Tenet 4. Market Indexes Confirm Each Other Dow Theory argues that similar indices must have a correlation as they have the same exposure to current economic conditions. For example The Dow Jones industrial Average must correlate with The Dow Jones Transportation Index. If there is any kind of divergence then Dow argues there will be a change in trend in one of the indexes, so it's difficult to predict where this new primary trend will begin or if the primary trend will develop at all. If they are in agreement then this can confirm the trend.
Tenet 5. Trends Must Be Confirmed by Volume If higher volumes accompany a rising/falling trend then this is a good indicator of a strong trend confirmation. If there are low volumes then the there still may be a trend, but it’s not as representative of the overall view. Dow Theory assumes that volume accompanies price movements as an indicator. It's a secondary indicator confirming price moves and so confirming the trend - volume should increase as the price trends up or down indicating more people are on board. In our Apple example, look how On-Balance Volume (the orange line at the bottom of the chart) steadily increases through the primary up trend. This is a confirmation of the trend by volume, so the majority of money in the market should be moving with the trend and not against it. On balance volume (OBV) is a technical indicator that we will talk about later in the course. In the mean time all we need to know is OBV provides a running total of volume and shows whether this volume is flowing in or out of a given security.
Dow Theory - Tenet 5. Trend must be Confirmed by Volume
Tenet 6. Trends Exist Until Definitive Signals Prove They Have Ended A clear trend reversal must happen before a new primary trend starts. The trend is usually ended with a change in business or economic conditions strong enough to force the trend change. A trend may go through a correction into a secondary trend before continuing the primary trend. Looking at Technical analysis will help to establish trend ending indicators. The goal of trend traders is not to mistake a correction with the start of a new primary trend. This is why they wait for the weight of evidence to conclude the trend has definitely ended.

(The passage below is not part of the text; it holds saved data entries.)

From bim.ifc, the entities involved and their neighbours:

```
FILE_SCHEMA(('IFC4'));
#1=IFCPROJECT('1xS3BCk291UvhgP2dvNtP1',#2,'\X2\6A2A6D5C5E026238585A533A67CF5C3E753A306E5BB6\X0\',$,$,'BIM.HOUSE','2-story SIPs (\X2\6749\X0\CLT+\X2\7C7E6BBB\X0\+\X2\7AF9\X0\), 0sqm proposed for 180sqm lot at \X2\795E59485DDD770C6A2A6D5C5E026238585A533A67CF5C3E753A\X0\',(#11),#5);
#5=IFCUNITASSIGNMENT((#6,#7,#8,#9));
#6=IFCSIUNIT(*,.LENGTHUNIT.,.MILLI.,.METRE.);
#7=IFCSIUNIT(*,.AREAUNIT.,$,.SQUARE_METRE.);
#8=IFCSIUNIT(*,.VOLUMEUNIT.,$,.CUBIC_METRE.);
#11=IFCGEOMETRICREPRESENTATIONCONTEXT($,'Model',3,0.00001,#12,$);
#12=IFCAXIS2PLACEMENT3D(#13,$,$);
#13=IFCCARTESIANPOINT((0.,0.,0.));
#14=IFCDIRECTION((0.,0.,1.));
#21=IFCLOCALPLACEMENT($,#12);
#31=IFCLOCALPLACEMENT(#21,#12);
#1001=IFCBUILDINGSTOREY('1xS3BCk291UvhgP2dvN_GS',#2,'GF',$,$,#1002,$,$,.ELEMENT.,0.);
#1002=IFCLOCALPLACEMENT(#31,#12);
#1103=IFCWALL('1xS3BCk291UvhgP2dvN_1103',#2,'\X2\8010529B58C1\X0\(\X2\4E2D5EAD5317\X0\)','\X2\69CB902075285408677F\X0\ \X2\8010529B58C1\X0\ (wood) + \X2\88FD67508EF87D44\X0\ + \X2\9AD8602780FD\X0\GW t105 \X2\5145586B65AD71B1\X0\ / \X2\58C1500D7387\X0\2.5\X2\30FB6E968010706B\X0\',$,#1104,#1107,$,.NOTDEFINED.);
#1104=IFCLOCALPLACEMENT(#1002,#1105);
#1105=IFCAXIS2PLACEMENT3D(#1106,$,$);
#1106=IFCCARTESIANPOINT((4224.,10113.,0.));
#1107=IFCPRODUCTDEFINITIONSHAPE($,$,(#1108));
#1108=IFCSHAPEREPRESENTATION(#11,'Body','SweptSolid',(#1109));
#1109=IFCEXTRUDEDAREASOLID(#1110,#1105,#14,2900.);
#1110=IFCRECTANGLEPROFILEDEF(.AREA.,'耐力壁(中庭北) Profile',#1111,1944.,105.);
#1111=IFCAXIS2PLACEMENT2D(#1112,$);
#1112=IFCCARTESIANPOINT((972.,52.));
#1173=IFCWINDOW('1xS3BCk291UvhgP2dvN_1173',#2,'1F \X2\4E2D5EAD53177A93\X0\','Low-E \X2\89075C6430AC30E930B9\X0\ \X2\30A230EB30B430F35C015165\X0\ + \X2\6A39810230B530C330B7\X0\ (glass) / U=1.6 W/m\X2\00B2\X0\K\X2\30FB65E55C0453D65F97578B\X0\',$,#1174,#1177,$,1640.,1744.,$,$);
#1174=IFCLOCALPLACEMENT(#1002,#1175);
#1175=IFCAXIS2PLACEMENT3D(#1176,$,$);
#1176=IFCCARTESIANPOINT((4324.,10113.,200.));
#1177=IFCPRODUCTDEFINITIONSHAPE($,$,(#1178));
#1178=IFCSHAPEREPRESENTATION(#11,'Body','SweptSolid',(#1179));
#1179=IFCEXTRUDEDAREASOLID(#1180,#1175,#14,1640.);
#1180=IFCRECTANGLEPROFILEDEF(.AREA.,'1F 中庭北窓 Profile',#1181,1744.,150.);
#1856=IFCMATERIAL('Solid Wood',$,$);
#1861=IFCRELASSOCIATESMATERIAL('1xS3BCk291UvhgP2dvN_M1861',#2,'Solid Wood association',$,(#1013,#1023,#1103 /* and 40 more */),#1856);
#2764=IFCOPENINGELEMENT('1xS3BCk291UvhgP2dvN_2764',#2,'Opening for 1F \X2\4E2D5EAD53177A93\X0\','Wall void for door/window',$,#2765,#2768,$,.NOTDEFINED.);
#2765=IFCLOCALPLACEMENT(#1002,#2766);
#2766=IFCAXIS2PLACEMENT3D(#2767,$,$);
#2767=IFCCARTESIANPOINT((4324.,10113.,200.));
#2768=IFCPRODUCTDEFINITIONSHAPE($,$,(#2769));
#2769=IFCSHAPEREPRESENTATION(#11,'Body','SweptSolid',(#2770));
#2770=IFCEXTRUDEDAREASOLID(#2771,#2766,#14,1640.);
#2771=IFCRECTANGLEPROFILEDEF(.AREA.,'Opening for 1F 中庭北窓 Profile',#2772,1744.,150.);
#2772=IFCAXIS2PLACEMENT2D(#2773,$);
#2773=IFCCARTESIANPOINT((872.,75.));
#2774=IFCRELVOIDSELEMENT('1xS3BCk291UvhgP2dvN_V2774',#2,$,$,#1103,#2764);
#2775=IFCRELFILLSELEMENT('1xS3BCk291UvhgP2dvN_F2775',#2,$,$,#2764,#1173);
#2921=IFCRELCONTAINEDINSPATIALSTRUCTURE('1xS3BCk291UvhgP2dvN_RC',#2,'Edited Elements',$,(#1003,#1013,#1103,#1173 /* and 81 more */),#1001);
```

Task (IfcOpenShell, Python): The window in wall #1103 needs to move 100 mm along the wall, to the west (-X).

```python
import ifcopenshell
import ifcopenshell.api.geometry
import ifcopenshell.util.placement
import ifcopenshell.util.unit

model = ifcopenshell.open("bim.ifc")
unit_scale = ifcopenshell.util.unit.calculate_unit_scale(model)

window = model.by_id(1173)
opening = window.FillsVoids[0].RelatingOpeningElement
wall = opening.VoidsElements[0].RelatingBuildingElement

wall_matrix = ifcopenshell.util.placement.get_local_placement(wall.ObjectPlacement)
shift = wall_matrix[:3, 0] * -0.1 / unit_scale
before = ifcopenshell.util.placement.get_local_placement(window.ObjectPlacement)[:3, 3].copy()

# The window is not placed relative to its opening, so move both.
for product in (opening, window):
    matrix = ifcopenshell.util.placement.get_local_placement(product.ObjectPlacement)
    matrix[:3, 3] += shift
    ifcopenshell.api.geometry.edit_object_placement(model, product=product, matrix=matrix, is_si=False)

after = ifcopenshell.util.placement.get_local_placement(window.ObjectPlacement)[:3, 3]
print("window moved by", (after - before).round(3) + 0.0)

model.write("bim_v2.ifc")
```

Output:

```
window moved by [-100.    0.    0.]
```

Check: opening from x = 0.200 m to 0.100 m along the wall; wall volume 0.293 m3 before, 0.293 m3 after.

Conclusion Dow Theory forms building blocks for Technical Analysis, however the world has changed in the last 100 years. The links between all the indexes are less intertwined, as technology indexes have taken hold and other world indexes have acquired greater importance. More analysis of different indexes is now required reducing the accuracy of Dow Theory. There's no doubt Dow Theory is still important to TA though. Trending markets, market emotions and peak and trough analysis are found throughout TA so Dow Theory must be understood.